Now consider the shorthand `\w`.  Examine the difference between `\D` and `\w`. 

In [None]:
for line in rime:
    #print (line)
    m = re.search(r"\D", line)
    if m:
        print(m.group())
    else:
        print("No match")

In [None]:
for line in rime:
    #print (line)
    m = re.search(r"\w", line)
    if m:
        print(m.group())
    else:
        print("No match")

What is different?  [Answer below](#ans1) 

### Matching Whitespace 

Whitespace is matched using the shorthand character `\s`

In [None]:
for line in rime:
    #print (line)
    m = re.search(r"\s", line)
    if m:
        print(m.group())
    else:
        print("No match")

What does this mean?  Every single line of text has whitespace. 

What if we change the funciton used from `re.search` to `re.match`?

In [None]:
for line in rime:
    #print (line)
    m = re.match(r"\s", line)
    if m:
        print(m.group())
    else:
        print("No match")

This illustrates the difference between 

* [`re.search`](https://docs.python.org/3.7/library/re.html#re.search) which **scans** through the *string* for the first location of the *pattern* to match and returns the corresponding match object, and 
* [`re.match`](https://docs.python.org/3.7/library/re.html#re.match) which returns the match object if zero or more characters at the **beginning** of *string* match the *pattern*. 

### Matching Any Character 

The `.` can be used to match any character. 

To match any 8 characters you could then use `........`. 

A better way would be to specify the number with a quantifier `.{8}`

In [None]:
for line in rime:
    # Fix the pattern below?
    m = re.search(r".{8}", line)
    if m:
        print(m.group())
    else:
        print("No match")

### <a name="ques2"></a>Word Boundaries 

The shorthand `\b` matches a word boundary, without consuming characters.  

What does `\bA.{5}t\b` match?  [Answer below](#ans2) 

In [None]:
for line in rime:
    # Fix the pattern below?
    m = re.search(r"\bA.{5}t\b", line)
    if m:
        print(m.group())
    else:
        print("No match")

### Match Arbitrary Number of Characters 

The Kleene Star `*` and Kleene Plus `+` allows to represent **0 or more** and **1 or more** of the character that it follows respectively. 
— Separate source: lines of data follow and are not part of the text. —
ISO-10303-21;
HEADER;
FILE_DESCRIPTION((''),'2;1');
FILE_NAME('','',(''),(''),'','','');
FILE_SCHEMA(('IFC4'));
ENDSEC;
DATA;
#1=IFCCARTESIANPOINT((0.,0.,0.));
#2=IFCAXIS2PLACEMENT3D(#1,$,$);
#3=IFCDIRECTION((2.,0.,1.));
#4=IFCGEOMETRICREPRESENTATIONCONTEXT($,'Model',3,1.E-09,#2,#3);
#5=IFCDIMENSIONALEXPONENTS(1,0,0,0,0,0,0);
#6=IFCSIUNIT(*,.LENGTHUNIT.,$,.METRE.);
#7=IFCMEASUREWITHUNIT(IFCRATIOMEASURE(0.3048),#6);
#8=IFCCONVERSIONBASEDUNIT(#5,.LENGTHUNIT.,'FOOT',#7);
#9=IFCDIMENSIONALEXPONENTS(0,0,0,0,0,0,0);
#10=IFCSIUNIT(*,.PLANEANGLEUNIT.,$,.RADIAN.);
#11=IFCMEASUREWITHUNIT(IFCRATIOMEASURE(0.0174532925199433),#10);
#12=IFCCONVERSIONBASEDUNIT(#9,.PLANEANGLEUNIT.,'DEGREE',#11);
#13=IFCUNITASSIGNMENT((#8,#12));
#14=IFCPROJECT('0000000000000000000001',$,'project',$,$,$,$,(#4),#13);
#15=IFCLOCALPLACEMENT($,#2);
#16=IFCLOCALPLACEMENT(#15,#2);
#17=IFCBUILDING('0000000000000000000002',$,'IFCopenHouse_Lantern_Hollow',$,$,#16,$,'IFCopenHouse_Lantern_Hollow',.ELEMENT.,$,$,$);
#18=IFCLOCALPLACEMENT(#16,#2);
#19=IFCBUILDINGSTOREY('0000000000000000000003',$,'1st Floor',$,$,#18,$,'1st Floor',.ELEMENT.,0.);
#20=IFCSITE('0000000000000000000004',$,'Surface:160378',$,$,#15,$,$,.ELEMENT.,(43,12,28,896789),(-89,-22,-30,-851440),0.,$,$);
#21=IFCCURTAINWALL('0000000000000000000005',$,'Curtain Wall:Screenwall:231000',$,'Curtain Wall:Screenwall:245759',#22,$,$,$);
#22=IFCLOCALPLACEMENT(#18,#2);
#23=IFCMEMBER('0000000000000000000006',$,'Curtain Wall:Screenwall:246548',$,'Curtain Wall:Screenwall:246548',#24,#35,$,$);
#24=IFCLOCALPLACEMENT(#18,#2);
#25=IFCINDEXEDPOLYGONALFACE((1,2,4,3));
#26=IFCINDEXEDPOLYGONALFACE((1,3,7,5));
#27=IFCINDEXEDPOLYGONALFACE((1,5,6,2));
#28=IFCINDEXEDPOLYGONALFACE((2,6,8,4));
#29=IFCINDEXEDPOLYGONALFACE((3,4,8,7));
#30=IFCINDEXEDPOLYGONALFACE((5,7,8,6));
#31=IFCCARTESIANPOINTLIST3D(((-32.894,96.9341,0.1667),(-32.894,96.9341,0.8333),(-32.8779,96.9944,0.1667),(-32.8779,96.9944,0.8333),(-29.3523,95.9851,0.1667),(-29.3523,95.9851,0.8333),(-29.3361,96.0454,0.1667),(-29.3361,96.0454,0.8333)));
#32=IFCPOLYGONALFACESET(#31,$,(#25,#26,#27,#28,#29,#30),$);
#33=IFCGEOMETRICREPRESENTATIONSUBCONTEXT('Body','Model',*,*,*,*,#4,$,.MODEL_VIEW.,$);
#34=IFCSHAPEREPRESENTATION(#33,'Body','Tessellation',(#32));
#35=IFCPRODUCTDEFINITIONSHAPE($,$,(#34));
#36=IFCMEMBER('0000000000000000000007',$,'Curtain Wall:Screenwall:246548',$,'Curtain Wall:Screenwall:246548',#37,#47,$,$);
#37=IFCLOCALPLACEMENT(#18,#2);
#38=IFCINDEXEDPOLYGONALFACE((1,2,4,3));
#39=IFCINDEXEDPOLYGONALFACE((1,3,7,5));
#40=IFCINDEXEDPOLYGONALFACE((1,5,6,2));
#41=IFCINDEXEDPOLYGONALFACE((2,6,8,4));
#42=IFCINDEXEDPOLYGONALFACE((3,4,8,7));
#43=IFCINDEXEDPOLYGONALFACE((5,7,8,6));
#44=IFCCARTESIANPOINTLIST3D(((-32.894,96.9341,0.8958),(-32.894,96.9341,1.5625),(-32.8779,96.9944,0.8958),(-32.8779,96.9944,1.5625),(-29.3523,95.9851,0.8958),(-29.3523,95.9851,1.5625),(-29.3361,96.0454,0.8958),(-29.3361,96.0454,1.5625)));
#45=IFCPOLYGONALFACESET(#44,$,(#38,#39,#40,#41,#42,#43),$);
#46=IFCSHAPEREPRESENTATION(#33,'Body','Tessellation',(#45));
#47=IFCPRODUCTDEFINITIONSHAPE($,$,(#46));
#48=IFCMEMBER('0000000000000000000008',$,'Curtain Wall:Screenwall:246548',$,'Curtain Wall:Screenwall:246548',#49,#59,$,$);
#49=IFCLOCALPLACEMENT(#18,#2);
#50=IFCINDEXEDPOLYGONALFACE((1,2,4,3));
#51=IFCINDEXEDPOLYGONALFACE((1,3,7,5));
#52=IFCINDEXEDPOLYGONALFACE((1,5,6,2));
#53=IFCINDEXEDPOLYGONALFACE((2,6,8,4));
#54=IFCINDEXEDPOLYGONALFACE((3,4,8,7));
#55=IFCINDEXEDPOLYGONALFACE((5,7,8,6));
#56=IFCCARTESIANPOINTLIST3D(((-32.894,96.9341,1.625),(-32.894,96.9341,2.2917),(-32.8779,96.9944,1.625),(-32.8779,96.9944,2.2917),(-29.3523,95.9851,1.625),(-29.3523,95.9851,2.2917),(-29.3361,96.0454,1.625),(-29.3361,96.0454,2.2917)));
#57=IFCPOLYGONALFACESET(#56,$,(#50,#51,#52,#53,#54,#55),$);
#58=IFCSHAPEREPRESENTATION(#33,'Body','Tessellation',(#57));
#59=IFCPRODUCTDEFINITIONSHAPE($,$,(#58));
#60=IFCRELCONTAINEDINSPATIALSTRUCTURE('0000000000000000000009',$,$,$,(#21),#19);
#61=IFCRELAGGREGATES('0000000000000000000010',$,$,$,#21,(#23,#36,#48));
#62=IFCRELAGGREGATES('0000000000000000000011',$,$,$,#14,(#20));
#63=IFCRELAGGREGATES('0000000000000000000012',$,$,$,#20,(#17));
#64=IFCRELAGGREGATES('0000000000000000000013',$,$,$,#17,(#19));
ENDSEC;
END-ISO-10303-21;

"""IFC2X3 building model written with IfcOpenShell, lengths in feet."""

from ifc_helpers import new_model, entity, si_unit, converted_unit, direction, frame, frame_2d, origin, place, context, subcontext, project, spatial, rectangle, extrude, element, aggregate, save


model = new_model("IFC2X3")

# Units and contexts
model_context = context("Model", 3, precision=1e-09, world=origin(), true_north=direction((2.0, 0.0, 1.0)))
body_context = subcontext(model_context, "Body", "Model", "MODEL_VIEW")
ifc_project = project(units=[converted_unit("LENGTHUNIT", "FOOT", entity("IfcRatioMeasure", 0.3048), si_unit("LENGTHUNIT", "METRE"), dimensions=[1, 0, 0, 0, 0, 0, 0]), converted_unit("PLANEANGLEUNIT", "DEGREE", entity("IfcRatioMeasure", 0.0174532925199433), si_unit("PLANEANGLEUNIT", "RADIAN"), dimensions=[0, 0, 0, 0, 0, 0, 0])], contexts=[model_context])

# Site, building, storey
site_placement = place(None, origin())
site = spatial("IfcSite", under=ifc_project, at=site_placement, Name="Surface:160378", CompositionType="ELEMENT", RefLatitude=(43, 12, 28, 896789), RefLongitude=(-89, -22, -30, -851440), RefElevation=0.0)
building_placement = place(site_placement, origin())
building = spatial("IfcBuilding", under=site, at=building_placement, Name="IFCopenHouse_Lantern_Hollow", LongName="IFCopenHouse_Lantern_Hollow", CompositionType="ELEMENT")
storey_placement = place(building_placement, origin())
storey = spatial("IfcBuildingStorey", under=building, at=storey_placement, Name="1st Floor", LongName="1st Floor", CompositionType="ELEMENT", Elevation=0.0)

# Curtain wall, members
curtain_wall_placement = place(storey_placement, origin())
curtain_wall = element("IfcCurtainWall", 1, at=curtain_wall_placement, inside=storey, Name="Curtain Wall:Screenwall:231000", ObjectType="Curtain Wall:Screenwall:245759")
member_1_placement = place(curtain_wall_placement, frame((-32.894, 95.9851, 0.1667)))
member_1 = element("IfcMember", 2, at=member_1_placement, Name="Curtain Wall:Screenwall:246548", ObjectType="Curtain Wall:Screenwall:246548", context=body_context, shape_type="SweptSolid", body=[
    extrude(rectangle(XDim=3.6667, YDim=0.0625, at=frame_2d((0.0, 0.0), x_axis=(1.0, 0.0))), frame((1.779, 0.5047, 0.0), z_axis=(0.0, 0.0, 1.0), x_axis=(-0.965926, 0.258819, 0.0)), (0.0, 0.0, 1.0), 0.6667),
])
member_2_placement = place(curtain_wall_placement, frame((-32.894, 95.9851, 0.8958)))
member_2 = element("IfcMember", 3, at=member_2_placement, Name="Curtain Wall:Screenwall:246548", ObjectType="Curtain Wall:Screenwall:246548", context=body_context, shape_type="SweptSolid", body=[
    extrude(rectangle(XDim=3.6667, YDim=0.0625, at=frame_2d((0.0, 0.0), x_axis=(1.0, 0.0))), frame((1.779, 0.5047, 0.0), z_axis=(0.0, 0.0, 1.0), x_axis=(-0.965926, 0.258819, 0.0)), (0.0, 0.0, 1.0), 0.6667),
])
member_3_placement = place(curtain_wall_placement, frame((-32.894, 95.9851, 1.625)))
member_3 = element("IfcMember", 4, at=member_3_placement, Name="Curtain Wall:Screenwall:246548", ObjectType="Curtain Wall:Screenwall:246548", context=body_context, shape_type="SweptSolid", body=[
    extrude(rectangle(XDim=3.6667, YDim=0.0625, at=frame_2d((0.0, 0.0), x_axis=(1.0, 0.0))), frame((1.779, 0.5047, 0.0), z_axis=(0.0, 0.0, 1.0), x_axis=(-0.965926, 0.258819, 0.0)), (0.0, 0.0, 1.0), 0.6667),
])
aggregate(curtain_wall, [member_1, member_2, member_3])

save(model, "model.ifc")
In the example, let's try to match the first three strings but skip the fourth. 

In [None]:
ex_strs = ("aaaabcc", "aabbbc", "aaccc", "a")
for elem in ex_strs:
    #print (elem)
    m = re.match("a+b+c+", elem)
    if m: 
        print (elem + "\t" + m.group())
    else:
        print (elem + "\t" + "No match")

### Optional Characters 

Another common quantifier is the `?` character, which denotes optionality. 

This allows you to match either zero or one of the preceding character or group. 

In [None]:
ex_strs = ("abc", "abcd", "ac", "ad", "bc")
for elem in ex_strs:
    #print (elem)
    m = re.match("ab?c", elem)
    if m: 
        print (elem + "\t" + m.group())
    else:
        print (elem + "\t" + "No match")

## Additional Examples

Complete the lessons.  https://regexone.com

<hr>

## Example Question Answers

<a name="ans1"></a>Back to Question [What is different between `\D` and `\w`?](#ques1)  

* `\D` matches whitespace, punctuation, quotation marks, hyphens, forward slashes, brackets, etc. 
* `\w` matches letters and numbers

In other words, `\w` matches `\[a-zA-Z0-9]`

<a name="ans2"></a>Back to Question [What does `\bA.{5}t\b` match?](#ques2)

Ancyent 
* The shorthand `\b` matches a word boundary, without consuming any characters.
* The characters `A` and `t` also bound the sequence of characters.
* .{5} matches any five characters.
* Match another word boundary with `\b`.